EXERCISE GOAL => Look through the records below, and copy out every line that holds the string "under".

PROVIDED RECORDS =>
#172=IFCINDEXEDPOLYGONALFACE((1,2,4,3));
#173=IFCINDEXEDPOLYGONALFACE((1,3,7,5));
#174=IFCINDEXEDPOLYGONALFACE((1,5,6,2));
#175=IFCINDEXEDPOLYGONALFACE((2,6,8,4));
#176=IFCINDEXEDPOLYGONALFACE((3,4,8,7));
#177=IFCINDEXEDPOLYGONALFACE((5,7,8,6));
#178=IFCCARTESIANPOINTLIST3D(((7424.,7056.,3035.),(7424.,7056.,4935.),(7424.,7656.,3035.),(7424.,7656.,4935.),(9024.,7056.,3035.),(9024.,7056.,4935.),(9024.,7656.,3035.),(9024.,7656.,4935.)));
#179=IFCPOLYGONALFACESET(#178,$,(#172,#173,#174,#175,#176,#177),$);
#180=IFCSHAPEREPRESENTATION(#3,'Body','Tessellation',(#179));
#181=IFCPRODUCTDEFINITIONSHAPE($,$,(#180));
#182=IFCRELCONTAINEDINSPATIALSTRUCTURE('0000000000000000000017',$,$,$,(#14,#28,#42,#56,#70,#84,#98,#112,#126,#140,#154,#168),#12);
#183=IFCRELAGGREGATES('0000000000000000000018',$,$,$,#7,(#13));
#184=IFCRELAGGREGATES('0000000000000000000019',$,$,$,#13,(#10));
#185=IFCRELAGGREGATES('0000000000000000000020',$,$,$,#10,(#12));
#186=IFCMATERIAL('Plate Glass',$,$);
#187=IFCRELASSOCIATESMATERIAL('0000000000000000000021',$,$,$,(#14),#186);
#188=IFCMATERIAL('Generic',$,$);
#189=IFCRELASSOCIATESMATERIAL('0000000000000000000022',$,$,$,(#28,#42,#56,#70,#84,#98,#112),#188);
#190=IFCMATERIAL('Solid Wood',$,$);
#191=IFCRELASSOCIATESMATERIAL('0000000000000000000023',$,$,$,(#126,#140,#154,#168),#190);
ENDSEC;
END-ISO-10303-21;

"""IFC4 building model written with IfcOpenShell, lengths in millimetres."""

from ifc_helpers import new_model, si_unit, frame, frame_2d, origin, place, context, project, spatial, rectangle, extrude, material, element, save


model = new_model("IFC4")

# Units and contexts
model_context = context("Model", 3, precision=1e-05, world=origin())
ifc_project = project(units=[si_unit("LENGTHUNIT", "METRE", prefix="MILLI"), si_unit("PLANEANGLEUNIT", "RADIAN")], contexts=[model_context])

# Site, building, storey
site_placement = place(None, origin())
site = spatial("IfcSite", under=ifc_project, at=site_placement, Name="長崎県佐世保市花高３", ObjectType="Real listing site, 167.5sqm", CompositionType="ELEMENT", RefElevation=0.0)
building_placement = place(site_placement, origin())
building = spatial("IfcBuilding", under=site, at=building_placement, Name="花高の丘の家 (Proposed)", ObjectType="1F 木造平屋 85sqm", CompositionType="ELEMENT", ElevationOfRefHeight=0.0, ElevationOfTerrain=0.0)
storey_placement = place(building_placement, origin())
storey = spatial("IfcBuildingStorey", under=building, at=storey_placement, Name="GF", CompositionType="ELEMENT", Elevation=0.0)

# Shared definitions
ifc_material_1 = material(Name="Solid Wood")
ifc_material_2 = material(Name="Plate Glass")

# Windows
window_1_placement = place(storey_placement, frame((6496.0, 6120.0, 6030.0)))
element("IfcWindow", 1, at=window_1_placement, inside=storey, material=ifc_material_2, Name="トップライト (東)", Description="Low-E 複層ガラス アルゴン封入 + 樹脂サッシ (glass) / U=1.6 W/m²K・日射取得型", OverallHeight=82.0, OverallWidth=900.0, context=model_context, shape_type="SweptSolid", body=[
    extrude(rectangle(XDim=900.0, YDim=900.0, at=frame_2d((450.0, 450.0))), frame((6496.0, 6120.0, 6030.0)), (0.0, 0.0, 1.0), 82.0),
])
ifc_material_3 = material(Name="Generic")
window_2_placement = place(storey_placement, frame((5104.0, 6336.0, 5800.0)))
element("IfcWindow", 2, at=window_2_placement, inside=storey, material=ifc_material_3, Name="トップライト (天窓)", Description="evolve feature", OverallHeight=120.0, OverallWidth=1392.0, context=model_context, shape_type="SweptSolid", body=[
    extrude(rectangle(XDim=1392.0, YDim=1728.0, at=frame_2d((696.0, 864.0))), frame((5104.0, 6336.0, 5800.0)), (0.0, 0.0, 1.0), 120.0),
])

THE ANSWER =>
site = spatial("IfcSite", under=ifc_project, at=site_placement, Name="長崎県佐世保市花高３", ObjectType="Real listing site, 167.5sqm", CompositionType="ELEMENT", RefElevation=0.0)
building = spatial("IfcBuilding", under=site, at=building_placement, Name="花高の丘の家 (Proposed)", ObjectType="1F 木造平屋 85sqm", CompositionType="ELEMENT", ElevationOfRefHeight=0.0, ElevationOfTerrain=0.0)
storey = spatial("IfcBuildingStorey", under=building, at=storey_placement, Name="GF", CompositionType="ELEMENT", Elevation=0.0)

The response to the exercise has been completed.